The Strokes © Jessica Saval
MDG: What tours and shows have you designed using MDG products?
Claude: Before the pandemic I was on tour with Gesaffelstein and The Strokes, and I had just finished touring with Phoenix a few months before the pandemic hit. Gesaffelstein’s show at Ultra Miami was cancelled, as was the summer tour in the US and a date at the Paris Arena in September.
I should have started the Boys Noize and SebastiAn tours in 2020 - SebastiAn’ tour was already programmed - but COVID closures led me, like many of us, to work on livestreams instead. I found I really liked this new aspect! I’ve worked remotely on Future Islands’ livestream, designed the ARTE festival in Paris with headliners, Sébastien Tellier, Yelle et Lous and The Yakuza, and I am currently working on a special livestream for Brodinski.
MDG accompanied me on all of these projects. While I am very flexible about the lighting fixtures offered by vendors - I understand the difficulty of constantly investing in high-end products under pressure from designers – I still ask for MDG as much as possible for the fog! It is the best haze on the market and easy for our techs to use and maintain on tour.
MDG: Which were your favourite shows and why?
Claude: My top moment was when I got the chance to work on the Phoenix World Tour from 2017 to 2019. This was an incredible technical challenge, involving a mirror that weighed several tons suspended above the band’s heads, tilted at 45 degrees. It was an amazing visual experience, as well as posing huge logistical constraints to replicate this all over the world, from small American clubs to the biggest global festivals. It was also a favourite because, for me, Phoenix are the best band ever, incredibly kind and passionate, just like their crew.

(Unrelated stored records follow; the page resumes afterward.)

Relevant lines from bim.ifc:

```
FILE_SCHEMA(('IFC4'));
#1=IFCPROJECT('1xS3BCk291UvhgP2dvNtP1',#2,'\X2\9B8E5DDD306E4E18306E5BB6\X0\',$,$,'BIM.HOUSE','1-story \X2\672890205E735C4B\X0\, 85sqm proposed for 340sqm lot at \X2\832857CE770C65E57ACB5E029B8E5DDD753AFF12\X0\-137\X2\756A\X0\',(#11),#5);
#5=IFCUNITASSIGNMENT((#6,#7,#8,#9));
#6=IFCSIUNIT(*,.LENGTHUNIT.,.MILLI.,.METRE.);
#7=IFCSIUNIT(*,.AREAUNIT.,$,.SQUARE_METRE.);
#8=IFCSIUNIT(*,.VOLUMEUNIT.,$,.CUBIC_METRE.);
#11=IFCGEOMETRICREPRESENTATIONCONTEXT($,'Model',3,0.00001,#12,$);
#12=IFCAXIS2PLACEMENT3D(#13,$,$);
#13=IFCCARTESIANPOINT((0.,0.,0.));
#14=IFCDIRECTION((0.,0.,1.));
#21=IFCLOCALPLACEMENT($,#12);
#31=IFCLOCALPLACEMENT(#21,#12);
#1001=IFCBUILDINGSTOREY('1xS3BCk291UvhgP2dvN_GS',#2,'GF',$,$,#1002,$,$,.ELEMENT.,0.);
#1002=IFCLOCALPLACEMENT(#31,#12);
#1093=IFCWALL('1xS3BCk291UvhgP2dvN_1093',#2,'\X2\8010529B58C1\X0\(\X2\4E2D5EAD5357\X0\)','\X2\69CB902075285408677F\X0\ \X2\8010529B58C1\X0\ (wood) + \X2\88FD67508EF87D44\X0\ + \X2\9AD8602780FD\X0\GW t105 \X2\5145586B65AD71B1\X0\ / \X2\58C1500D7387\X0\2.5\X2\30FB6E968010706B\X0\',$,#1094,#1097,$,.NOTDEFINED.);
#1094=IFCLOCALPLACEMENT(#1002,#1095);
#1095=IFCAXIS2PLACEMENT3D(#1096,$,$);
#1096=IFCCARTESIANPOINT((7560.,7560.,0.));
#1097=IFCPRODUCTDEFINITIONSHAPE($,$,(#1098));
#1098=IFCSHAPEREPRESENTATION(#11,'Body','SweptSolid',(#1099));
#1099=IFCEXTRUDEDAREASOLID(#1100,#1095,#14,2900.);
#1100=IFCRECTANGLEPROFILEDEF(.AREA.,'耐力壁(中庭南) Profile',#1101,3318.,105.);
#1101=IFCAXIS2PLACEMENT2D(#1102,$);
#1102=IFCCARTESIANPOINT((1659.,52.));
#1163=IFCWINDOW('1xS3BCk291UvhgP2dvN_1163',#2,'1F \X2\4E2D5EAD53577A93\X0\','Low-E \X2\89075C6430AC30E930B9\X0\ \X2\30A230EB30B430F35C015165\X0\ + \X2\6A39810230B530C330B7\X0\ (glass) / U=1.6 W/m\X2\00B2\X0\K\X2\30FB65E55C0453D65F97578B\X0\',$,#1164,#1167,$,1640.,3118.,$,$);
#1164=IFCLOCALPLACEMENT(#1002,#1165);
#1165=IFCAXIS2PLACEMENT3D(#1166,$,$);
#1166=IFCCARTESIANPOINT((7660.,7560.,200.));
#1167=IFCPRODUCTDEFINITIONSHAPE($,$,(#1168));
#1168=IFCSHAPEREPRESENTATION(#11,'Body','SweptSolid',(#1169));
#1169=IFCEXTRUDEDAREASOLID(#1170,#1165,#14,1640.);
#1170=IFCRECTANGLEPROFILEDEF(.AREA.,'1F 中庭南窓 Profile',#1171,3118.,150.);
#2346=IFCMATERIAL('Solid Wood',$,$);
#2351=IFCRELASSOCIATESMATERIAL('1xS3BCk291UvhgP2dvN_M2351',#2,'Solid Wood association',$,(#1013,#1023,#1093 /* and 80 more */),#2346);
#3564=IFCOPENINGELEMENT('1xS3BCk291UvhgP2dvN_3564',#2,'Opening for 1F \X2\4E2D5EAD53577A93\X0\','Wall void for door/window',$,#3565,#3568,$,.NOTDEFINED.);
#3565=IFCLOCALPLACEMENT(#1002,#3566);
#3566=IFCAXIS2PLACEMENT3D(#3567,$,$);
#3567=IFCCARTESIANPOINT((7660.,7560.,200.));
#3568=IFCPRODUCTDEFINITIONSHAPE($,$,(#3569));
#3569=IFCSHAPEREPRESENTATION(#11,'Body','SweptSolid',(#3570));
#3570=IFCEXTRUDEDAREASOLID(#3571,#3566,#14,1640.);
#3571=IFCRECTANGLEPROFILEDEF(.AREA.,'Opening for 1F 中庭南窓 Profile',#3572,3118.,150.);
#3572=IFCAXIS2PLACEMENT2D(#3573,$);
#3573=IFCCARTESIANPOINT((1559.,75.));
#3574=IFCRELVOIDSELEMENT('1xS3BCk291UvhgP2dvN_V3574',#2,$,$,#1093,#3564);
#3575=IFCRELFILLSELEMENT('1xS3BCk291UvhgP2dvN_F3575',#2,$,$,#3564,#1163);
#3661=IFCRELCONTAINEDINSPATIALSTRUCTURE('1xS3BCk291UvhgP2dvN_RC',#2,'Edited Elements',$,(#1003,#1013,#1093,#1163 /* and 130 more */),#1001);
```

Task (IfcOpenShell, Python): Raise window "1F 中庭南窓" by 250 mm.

```python
import numpy as np
import ifcopenshell
import ifcopenshell.api.geometry
import ifcopenshell.util.placement
import ifcopenshell.util.unit

model = ifcopenshell.open("bim.ifc")
unit_scale = ifcopenshell.util.unit.calculate_unit_scale(model)

window = model.by_guid("1xS3BCk291UvhgP2dvN_1163")
opening = window.FillsVoids[0].RelatingOpeningElement
dz = 250.0

shift = np.array([0.0, 0.0, dz])
# The window is not placed relative to its opening, so move both.
for product in (opening, window):
    matrix = ifcopenshell.util.placement.get_local_placement(product.ObjectPlacement)
    matrix[:3, 3] += shift
    ifcopenshell.api.geometry.edit_object_placement(model, product=product, matrix=matrix, is_si=False)

print(f"moved by {dz * unit_scale:+.3f} m")

model.write("bim-out.ifc")
```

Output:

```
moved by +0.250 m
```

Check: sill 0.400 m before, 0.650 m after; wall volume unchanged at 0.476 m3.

Other recent shows which have amazed me were The 1975 by Tobias Rylander, The XX by Michael Straun, Tame Impala by Rob Sinclair and Marilyn Manson by Nico Riot. All are perfect, from the music and lighting, right through to the set design. In all these shows the fog is extremely important and well managed. Agreed, all these tours have big budgets, but that doesn't take away the talent!
Phoenix at Shaky Knees, Atlanta © Alive coverage / Phoenix © Fujifilmgirl
MDG: What does the future hold for you?
Claude: It depends on the what happens with Covid of course, but I'm quite optimistic, and we all want concerts back! I may work on more livestreams because I really liked the new challenge, and the working conditions are better than a festival! But there is nothing better than the energy of the crowd during a live show. It has never occurred to me to change jobs. Lighting is my passion and I hope bands will always be there to give me the opportunity to continue expressing myself. There is still so much to do!